Task item: Whenever a line in the entries below contains "IFCRELASSOCIATESMATERIAL", copy that line.

----- Data supplied -----

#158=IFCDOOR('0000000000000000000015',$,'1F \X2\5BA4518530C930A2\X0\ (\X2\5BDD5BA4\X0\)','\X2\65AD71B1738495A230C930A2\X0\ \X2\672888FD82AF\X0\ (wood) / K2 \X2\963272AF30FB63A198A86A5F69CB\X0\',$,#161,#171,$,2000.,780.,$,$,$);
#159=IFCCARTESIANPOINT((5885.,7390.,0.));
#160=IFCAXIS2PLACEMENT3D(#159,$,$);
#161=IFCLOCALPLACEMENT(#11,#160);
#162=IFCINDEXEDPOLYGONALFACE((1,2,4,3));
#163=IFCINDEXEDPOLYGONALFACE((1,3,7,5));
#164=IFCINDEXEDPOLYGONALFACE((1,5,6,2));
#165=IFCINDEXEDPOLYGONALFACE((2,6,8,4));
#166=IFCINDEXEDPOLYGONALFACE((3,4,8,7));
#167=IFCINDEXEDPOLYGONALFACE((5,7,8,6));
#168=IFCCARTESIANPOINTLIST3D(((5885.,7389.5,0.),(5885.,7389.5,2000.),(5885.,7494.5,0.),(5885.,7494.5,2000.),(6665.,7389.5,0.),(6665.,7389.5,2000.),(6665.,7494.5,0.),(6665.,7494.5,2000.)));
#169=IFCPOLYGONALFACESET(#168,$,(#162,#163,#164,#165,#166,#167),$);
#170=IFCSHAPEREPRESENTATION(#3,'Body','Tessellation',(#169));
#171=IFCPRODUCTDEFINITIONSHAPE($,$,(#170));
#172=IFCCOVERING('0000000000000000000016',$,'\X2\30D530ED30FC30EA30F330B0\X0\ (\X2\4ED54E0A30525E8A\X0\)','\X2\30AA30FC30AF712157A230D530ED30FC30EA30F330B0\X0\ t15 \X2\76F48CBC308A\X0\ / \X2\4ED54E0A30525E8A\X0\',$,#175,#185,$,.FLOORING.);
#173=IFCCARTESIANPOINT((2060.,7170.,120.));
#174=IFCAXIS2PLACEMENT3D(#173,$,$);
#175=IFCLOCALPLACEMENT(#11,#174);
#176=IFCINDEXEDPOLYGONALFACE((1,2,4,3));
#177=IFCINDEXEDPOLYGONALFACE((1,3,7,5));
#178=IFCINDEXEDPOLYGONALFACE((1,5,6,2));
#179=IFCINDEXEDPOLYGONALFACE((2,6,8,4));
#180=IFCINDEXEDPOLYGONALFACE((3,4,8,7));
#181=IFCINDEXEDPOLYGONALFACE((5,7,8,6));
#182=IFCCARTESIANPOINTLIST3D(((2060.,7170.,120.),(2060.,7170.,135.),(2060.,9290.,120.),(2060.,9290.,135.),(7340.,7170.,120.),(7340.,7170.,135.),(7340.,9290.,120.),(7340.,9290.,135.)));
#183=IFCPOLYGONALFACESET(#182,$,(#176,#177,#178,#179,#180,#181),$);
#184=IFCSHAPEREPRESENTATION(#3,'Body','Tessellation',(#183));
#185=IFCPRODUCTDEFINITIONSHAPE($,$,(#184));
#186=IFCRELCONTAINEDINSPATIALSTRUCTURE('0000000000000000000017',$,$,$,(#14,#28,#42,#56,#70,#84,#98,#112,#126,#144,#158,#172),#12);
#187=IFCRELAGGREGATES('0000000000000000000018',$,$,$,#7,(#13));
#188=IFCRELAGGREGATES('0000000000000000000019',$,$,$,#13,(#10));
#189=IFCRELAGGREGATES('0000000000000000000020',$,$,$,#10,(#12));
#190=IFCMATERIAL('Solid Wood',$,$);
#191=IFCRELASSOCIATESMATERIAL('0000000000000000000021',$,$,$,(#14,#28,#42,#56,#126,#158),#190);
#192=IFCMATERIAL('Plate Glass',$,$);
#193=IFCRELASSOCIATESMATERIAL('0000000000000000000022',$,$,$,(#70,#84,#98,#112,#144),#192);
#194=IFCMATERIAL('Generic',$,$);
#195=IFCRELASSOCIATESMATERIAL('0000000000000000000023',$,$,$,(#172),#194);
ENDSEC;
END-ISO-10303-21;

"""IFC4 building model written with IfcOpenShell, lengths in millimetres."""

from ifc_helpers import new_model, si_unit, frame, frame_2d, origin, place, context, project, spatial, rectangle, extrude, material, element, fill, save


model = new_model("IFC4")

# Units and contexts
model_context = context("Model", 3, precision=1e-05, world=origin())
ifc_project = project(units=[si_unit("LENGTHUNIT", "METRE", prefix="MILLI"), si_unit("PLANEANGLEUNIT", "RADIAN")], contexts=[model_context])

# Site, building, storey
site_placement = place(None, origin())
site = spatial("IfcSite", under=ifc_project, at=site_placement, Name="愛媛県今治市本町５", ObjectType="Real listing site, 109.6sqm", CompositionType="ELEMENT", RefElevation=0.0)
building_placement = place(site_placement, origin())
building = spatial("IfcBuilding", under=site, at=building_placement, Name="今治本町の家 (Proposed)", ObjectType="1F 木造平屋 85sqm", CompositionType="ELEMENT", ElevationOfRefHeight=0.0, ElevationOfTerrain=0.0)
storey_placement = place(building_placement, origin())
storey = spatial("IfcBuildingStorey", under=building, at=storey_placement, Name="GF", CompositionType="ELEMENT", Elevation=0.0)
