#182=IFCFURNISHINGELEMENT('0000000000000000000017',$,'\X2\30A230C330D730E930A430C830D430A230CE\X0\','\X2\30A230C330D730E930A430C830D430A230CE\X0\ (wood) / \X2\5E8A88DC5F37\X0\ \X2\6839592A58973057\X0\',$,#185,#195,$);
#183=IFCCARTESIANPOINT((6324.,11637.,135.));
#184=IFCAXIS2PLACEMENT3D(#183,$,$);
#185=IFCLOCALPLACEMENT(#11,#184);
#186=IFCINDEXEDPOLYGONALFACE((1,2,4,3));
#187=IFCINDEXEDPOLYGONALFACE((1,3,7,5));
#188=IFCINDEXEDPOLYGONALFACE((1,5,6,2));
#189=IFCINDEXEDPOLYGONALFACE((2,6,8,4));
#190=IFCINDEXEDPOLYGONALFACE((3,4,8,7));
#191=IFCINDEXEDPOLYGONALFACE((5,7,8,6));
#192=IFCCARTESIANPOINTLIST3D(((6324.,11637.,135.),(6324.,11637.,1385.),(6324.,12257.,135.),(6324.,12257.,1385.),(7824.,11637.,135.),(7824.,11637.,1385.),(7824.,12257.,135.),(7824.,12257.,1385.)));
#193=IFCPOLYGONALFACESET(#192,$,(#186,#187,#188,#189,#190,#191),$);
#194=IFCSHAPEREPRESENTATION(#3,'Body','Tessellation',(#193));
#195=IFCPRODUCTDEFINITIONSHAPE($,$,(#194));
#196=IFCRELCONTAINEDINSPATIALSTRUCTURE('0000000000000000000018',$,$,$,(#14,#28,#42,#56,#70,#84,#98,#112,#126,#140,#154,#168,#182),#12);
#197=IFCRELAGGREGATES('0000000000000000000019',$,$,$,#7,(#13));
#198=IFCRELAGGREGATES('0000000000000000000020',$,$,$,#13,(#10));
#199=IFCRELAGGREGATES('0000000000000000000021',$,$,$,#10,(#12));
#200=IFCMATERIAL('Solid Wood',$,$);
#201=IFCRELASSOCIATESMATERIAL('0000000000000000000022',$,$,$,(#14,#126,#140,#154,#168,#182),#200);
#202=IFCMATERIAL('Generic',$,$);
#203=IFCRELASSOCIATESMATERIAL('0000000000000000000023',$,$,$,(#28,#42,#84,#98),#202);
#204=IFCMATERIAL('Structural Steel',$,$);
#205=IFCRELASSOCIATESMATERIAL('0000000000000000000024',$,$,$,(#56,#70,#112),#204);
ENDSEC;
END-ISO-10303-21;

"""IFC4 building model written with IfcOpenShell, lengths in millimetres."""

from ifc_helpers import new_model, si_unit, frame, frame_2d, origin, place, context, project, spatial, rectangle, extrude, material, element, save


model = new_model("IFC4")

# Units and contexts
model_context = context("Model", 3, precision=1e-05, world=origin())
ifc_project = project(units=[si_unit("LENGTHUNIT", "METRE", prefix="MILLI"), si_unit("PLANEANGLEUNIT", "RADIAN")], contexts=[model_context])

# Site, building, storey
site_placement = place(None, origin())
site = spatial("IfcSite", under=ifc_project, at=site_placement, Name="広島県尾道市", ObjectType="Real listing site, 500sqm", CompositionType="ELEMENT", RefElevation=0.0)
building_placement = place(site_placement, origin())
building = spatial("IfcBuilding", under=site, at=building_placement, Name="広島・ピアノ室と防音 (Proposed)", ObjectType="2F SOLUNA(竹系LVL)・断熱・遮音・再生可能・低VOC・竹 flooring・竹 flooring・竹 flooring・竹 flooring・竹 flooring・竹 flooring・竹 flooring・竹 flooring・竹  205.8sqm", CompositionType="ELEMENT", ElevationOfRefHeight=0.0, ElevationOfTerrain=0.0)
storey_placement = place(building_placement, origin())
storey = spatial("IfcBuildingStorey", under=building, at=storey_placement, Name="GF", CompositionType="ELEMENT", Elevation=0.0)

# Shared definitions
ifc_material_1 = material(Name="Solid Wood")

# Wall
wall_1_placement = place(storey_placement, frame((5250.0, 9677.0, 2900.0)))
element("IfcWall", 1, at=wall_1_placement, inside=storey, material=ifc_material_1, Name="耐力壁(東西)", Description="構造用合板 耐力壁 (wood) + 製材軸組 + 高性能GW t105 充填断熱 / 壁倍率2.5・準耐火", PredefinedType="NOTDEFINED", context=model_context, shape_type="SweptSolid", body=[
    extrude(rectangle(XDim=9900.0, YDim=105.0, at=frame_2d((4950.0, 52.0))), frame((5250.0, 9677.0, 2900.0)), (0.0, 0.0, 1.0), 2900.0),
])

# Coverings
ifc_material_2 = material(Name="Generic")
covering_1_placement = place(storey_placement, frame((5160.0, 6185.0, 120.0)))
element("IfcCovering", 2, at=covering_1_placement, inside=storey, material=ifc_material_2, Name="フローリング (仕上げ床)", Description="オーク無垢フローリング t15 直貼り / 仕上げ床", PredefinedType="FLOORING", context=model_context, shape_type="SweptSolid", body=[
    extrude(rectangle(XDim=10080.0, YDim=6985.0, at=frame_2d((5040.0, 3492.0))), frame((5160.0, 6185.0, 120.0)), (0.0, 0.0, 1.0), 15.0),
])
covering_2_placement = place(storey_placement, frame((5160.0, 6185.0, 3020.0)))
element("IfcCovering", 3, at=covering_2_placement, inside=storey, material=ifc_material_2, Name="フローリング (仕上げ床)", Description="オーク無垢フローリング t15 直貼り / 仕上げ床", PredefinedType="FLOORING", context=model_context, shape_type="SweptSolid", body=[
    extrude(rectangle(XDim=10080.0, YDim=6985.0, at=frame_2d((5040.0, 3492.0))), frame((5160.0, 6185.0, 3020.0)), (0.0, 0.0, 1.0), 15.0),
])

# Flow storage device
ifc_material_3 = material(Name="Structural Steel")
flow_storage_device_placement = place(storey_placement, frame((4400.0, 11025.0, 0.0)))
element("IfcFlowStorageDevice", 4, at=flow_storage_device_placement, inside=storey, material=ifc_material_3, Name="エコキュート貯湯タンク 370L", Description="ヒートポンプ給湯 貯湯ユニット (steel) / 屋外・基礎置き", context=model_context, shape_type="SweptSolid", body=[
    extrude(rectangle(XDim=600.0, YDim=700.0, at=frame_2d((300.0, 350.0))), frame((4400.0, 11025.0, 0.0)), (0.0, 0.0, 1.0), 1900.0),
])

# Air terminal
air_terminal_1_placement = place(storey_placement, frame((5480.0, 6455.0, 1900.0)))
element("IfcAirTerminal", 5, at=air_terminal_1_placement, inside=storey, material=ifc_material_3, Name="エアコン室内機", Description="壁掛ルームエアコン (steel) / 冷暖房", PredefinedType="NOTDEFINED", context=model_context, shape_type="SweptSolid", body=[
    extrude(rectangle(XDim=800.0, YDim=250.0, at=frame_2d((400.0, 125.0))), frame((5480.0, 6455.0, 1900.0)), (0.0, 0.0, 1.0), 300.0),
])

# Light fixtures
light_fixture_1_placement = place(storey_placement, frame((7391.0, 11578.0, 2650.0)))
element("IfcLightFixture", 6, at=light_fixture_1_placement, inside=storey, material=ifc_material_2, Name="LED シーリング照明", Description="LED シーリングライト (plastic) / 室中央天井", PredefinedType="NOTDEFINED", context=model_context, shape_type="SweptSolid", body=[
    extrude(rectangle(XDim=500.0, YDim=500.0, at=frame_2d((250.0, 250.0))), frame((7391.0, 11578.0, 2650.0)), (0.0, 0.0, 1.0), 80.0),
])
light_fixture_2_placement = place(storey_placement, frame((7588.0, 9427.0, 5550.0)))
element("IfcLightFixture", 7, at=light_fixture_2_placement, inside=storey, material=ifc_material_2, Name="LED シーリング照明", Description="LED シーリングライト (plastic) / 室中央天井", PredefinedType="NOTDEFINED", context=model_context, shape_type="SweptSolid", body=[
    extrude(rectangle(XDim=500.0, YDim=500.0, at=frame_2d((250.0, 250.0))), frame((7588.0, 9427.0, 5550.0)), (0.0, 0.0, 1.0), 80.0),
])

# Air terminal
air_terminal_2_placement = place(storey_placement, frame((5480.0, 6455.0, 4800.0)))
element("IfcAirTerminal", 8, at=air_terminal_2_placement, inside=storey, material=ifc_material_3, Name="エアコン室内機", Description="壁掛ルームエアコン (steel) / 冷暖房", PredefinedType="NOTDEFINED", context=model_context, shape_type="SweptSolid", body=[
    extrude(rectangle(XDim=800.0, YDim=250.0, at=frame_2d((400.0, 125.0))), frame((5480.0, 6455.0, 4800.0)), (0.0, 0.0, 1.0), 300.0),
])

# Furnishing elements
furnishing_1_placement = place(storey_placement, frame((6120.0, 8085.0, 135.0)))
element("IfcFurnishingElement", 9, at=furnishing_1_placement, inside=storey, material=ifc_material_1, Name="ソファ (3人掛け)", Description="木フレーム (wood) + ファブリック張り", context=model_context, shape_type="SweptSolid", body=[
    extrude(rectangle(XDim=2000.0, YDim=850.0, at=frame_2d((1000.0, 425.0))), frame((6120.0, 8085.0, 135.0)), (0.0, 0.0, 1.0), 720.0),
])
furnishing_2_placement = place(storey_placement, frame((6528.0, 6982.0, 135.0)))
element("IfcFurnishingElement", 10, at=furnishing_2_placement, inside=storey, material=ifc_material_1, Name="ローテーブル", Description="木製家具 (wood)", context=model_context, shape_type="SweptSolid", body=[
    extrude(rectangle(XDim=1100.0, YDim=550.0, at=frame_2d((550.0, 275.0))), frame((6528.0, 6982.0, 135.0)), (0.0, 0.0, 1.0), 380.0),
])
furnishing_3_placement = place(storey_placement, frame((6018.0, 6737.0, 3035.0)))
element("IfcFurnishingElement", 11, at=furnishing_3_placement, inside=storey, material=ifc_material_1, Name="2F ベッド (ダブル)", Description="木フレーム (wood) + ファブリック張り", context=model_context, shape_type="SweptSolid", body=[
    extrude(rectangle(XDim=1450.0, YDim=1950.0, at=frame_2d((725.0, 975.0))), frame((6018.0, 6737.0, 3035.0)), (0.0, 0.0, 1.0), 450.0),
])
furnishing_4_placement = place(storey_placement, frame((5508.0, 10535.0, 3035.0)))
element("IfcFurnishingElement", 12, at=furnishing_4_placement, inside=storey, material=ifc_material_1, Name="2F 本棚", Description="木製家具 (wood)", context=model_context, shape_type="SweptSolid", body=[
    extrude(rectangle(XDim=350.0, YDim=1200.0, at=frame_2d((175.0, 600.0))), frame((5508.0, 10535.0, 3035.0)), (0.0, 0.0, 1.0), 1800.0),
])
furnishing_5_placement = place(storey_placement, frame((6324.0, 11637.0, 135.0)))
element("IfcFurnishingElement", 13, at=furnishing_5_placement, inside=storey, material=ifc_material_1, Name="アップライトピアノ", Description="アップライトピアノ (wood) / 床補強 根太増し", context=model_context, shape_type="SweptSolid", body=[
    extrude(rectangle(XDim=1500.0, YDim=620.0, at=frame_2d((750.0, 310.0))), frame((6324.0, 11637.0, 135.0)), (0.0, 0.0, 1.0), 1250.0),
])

-----

Task result:
#191=IFCRELASSOCIATESMATERIAL('0000000000000000000021',$,$,$,(#14,#28,#42,#56,#126,#158),#190);
#193=IFCRELASSOCIATESMATERIAL('0000000000000000000022',$,$,$,(#70,#84,#98,#112,#144),#192);
#195=IFCRELASSOCIATESMATERIAL('0000000000000000000023',$,$,$,(#172),#194);
#201=IFCRELASSOCIATESMATERIAL('0000000000000000000022',$,$,$,(#14,#126,#140,#154,#168,#182),#200);
#203=IFCRELASSOCIATESMATERIAL('0000000000000000000023',$,$,$,(#28,#42,#84,#98),#202);
#205=IFCRELASSOCIATESMATERIAL('0000000000000000000024',$,$,$,(#56,#70,#112),#204);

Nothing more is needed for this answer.